In 2019, Transport for NSW completed a $10 million strategic business case for “faster rail” between Sydney and Newcastle as part of the Federal Government’s Faster Rail Plan. The “faster rail” refers to upgrading existing rail infrastructure to support speeds below 200 km/hour.

Fast Rail, as the Committee for Sydney is proposing, refers to infrastructure that can support speeds above 200 km/hour and up to 250 km/hour.

For a Sydney-to-Newcastle trip, a fast rail could cut travel times from two-and-a-half hours to less than an hour.
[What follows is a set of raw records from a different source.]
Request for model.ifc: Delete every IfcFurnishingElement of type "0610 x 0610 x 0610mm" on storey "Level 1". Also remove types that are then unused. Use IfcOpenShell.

First a look at what the model holds.

```python
import ifcopenshell
import ifcopenshell.util.element

model = ifcopenshell.open("model.ifc")
print(model.schema)
storey = next(s for s in model.by_type("IfcBuildingStorey") if s.Name == "Level 1")
furniture = [e for e in ifcopenshell.util.element.get_decomposition(storey) if e.is_a("IfcFurnishingElement")]
seen = {}
for e in furniture:
    element_type = ifcopenshell.util.element.get_type(e)
    name = element_type.Name if element_type not in (None, e) else None
    seen[name] = seen.get(name, 0) + 1
for name, count in sorted(seen.items(), key=str):
    print(count, "x", name)
```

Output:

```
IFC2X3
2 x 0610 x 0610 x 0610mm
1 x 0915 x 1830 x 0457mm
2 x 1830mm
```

```python
import ifcopenshell
import ifcopenshell.api.root
import ifcopenshell.util.element

model = ifcopenshell.open("model.ifc")

storey = next(s for s in model.by_type("IfcBuildingStorey") if s.Name == "Level 1")
furniture = [e for e in ifcopenshell.util.element.get_decomposition(storey) if e.is_a("IfcFurnishingElement")]
targets = [e for e in furniture if (t := ifcopenshell.util.element.get_type(e)) not in (None, e) and t.Name == "0610 x 0610 x 0610mm"]
types = {ifcopenshell.util.element.get_type(e) for e in targets} - {None, *targets}

for e in targets:
    ifcopenshell.api.root.remove_product(model, product=e)
print(len(targets), "removed")

unused = [t for t in types if not ifcopenshell.util.element.get_types(t)]
for t in unused:
    ifcopenshell.api.root.remove_product(model, product=t)
print(len(unused), "unused types removed")

model.write("model_updated.ifc")
```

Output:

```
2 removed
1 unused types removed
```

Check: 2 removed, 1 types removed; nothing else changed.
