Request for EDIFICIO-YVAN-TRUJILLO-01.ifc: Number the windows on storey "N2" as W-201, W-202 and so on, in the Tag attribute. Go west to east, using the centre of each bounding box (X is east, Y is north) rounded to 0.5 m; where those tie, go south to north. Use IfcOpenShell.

First a look at what the model holds.

```python
import ifcopenshell
import ifcopenshell.util.element
import ifcopenshell.util.placement

model = ifcopenshell.open("EDIFICIO-YVAN-TRUJILLO-01.ifc")
print(model.schema)
storey = next(s for s in model.by_type("IfcBuildingStorey") if s.Name == "N2")
windows = [e for e in ifcopenshell.util.element.get_decomposition(storey) if e.is_a("IfcWindow")]
for e in sorted(windows, key=lambda e: e.id()):
    origin = ifcopenshell.util.placement.get_local_placement(e.ObjectPlacement)[:3, 3]
    print(e.id(), e.Tag, e.Name, origin.round(2) + 0.0, sep=" | ")
```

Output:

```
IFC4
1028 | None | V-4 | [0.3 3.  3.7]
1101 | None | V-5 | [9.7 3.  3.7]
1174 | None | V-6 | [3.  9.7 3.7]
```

```python
import ifcopenshell
import ifcopenshell.geom
import ifcopenshell.util.element
import ifcopenshell.util.shape

model = ifcopenshell.open("EDIFICIO-YVAN-TRUJILLO-01.ifc")
settings = ifcopenshell.geom.settings()
settings.set("use-world-coords", True)


def centre(element):
    shape = ifcopenshell.geom.create_shape(settings, element)
    return ifcopenshell.util.shape.get_bbox_centroid(shape.geometry)


storey = next(s for s in model.by_type("IfcBuildingStorey") if s.Name == "N2")
windows = [e for e in ifcopenshell.util.element.get_decomposition(storey) if e.is_a("IfcWindow")]

# Insertion points can sit at a corner or the storey origin, so sort by the geometry (in metres).
centres = {e: centre(e) for e in windows}
windows.sort(key=lambda e: (round(centres[e][0] / 0.5), centres[e][1]))

for i, e in enumerate(windows, start=1):
    number = f"W-2{i:02d}"
    e.Tag = number
    print(e.id(), number)

model.write("EDIFICIO-YVAN-TRUJILLO-01_rev.ifc")
```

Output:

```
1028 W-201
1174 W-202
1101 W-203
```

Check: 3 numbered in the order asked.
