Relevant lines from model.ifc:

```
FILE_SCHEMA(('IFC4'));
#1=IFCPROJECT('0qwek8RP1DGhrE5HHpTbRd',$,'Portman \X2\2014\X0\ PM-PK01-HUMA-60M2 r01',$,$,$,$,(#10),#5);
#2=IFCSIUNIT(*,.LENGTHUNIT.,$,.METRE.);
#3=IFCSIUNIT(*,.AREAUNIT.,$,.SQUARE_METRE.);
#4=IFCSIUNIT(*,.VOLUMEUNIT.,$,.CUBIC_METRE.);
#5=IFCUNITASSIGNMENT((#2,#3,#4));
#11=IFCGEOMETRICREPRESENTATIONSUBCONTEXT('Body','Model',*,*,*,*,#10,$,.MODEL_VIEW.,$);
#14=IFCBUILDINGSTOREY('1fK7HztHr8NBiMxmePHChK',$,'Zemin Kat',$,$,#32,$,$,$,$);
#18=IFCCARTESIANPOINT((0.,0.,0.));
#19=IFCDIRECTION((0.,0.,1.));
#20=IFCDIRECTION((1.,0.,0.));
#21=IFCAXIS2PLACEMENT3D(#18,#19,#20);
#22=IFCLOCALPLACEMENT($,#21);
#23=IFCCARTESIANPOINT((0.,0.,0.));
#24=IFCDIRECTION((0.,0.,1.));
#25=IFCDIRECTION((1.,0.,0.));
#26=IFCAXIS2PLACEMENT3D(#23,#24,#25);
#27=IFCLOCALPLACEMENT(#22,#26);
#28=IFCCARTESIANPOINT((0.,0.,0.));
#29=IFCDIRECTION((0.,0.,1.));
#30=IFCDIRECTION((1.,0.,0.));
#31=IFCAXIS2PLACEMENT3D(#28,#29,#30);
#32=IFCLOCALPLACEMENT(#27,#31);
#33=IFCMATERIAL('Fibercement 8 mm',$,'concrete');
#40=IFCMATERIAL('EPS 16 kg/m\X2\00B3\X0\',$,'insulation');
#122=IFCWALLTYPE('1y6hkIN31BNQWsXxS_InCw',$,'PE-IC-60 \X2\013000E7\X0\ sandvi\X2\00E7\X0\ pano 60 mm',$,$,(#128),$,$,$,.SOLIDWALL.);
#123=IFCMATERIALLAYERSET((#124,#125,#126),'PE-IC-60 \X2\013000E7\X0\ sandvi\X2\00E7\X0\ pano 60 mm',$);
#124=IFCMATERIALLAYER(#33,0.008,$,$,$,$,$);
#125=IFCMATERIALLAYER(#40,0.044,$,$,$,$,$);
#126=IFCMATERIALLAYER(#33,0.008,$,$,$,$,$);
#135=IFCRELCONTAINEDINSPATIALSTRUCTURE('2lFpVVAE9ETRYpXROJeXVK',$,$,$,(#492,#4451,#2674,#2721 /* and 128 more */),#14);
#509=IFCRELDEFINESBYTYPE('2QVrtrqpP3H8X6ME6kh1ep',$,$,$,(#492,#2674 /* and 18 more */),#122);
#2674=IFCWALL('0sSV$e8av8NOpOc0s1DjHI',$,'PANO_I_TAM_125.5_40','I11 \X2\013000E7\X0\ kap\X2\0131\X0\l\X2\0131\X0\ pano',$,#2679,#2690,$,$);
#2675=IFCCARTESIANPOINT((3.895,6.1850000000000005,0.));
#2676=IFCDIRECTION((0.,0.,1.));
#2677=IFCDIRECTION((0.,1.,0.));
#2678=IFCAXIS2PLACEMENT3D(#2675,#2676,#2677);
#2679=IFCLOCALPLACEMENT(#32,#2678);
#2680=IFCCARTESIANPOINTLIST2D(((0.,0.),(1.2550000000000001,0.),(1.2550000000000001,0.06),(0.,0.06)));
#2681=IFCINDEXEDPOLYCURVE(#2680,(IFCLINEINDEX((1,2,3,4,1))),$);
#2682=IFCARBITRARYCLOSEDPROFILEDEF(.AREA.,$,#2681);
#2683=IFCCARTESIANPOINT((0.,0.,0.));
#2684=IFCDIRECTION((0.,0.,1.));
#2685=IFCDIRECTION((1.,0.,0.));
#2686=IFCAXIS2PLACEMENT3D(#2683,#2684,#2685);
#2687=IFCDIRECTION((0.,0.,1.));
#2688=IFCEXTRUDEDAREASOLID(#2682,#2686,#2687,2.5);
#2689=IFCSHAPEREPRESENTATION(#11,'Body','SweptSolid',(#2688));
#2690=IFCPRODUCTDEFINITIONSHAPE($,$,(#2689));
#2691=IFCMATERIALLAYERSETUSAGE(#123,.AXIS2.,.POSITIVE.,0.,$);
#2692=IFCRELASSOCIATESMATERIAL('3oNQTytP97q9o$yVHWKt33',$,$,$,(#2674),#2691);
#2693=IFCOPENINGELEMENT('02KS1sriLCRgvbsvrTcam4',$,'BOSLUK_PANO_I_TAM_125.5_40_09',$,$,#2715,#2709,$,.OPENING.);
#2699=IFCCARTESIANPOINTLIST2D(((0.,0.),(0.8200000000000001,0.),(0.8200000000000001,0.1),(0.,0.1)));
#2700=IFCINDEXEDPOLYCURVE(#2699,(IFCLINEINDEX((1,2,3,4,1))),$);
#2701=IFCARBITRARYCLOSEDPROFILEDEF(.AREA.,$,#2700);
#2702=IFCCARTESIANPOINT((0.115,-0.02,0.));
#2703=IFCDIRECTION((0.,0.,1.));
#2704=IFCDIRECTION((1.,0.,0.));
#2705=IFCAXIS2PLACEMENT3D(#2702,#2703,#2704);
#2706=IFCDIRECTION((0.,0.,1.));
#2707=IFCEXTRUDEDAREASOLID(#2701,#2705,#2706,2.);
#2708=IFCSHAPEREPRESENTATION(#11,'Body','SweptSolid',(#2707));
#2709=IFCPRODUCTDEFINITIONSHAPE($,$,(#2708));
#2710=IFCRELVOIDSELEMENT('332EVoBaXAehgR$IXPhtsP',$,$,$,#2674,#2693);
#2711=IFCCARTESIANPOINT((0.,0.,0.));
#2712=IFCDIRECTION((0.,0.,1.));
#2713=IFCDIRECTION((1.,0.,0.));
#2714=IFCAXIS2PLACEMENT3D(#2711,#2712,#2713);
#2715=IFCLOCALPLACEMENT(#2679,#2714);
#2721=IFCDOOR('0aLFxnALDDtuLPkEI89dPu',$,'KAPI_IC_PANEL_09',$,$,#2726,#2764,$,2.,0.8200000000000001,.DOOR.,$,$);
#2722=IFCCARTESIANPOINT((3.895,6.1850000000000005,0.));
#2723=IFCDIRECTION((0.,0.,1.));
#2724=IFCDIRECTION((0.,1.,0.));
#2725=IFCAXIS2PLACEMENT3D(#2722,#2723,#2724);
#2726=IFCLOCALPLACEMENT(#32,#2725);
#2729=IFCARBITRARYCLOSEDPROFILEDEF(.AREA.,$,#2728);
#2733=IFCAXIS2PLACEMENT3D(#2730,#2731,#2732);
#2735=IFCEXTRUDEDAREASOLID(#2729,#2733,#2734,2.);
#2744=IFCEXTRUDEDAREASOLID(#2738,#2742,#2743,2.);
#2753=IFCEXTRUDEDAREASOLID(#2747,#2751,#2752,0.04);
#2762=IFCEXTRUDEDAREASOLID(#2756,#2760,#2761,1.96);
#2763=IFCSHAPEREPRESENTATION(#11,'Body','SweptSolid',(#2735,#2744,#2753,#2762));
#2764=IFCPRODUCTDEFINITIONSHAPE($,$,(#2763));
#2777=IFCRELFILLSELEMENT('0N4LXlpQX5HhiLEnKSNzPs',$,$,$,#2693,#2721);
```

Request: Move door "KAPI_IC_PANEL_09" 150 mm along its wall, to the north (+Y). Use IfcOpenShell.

```python
import ifcopenshell
import ifcopenshell.api.geometry
import ifcopenshell.util.placement
import ifcopenshell.util.unit

model = ifcopenshell.open("model.ifc")
unit_scale = ifcopenshell.util.unit.calculate_unit_scale(model)

door = model.by_id(2721)
opening = door.FillsVoids[0].RelatingOpeningElement
wall = opening.VoidsElements[0].RelatingBuildingElement

wall_matrix = ifcopenshell.util.placement.get_local_placement(wall.ObjectPlacement)
shift = wall_matrix[:3, 0] * 0.15 / unit_scale
before = ifcopenshell.util.placement.get_local_placement(door.ObjectPlacement)[:3, 3].copy()

# The door is not placed relative to its opening, so move both.
for product in (opening, door):
    matrix = ifcopenshell.util.placement.get_local_placement(product.ObjectPlacement)
    matrix[:3, 3] += shift
    ifcopenshell.api.geometry.edit_object_placement(model, product=product, matrix=matrix, is_si=False)

after = ifcopenshell.util.placement.get_local_placement(door.ObjectPlacement)[:3, 3]
print("door moved by", (after - before).round(3) + 0.0)

model.write("model_rev.ifc")
```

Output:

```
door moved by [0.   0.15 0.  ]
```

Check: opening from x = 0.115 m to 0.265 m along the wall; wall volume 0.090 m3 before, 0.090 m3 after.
The Sydney-to-Gosford route could take as little as 25 minutes.

Noting that modern transport planning is focused more on the desired trip time between places,  Committee for Sydney said commutes of an hour or less were the “magic number” that encouraged significant interaction and travel between regions.

This would be even more important in the aftermath of the Covid-19 pandemic, given the development of hybrid working arrangements and growth in popularity of regional living.

The committee chief executive, Gabriel Metcalf, said NSW’s tunnel boring machine – currently being used for the Sydney Metro tunnel projects – would be out of work in 2026.

This was the optimal time to get working on a Sydney-to-Gosford tunnel, he said, before extending the fast rail network to Newcastle.

“Linking together the cities of the sandstone megaregion with fast rail means people have more choice – about where they work, where they live and how they get around,” Metcalf said.

“Better connections across this geography means we effectively work like a bigger global city, with more economic gravitational pull.”

The NSW premier, Gladys Berejiklian, said in the lead-up to the 2019 election that she would like to see work on a fast rail network begin by 2023.

Discussing this year’s NSW Intergenerational Report, NSW Treasurer Dominic Francis Perrottet expanded the idea of a megaregion to four cities – Wollongong, Newcastle, Sydney, and Canberra.

“It’s time to take action on these insights,”Metcalf said.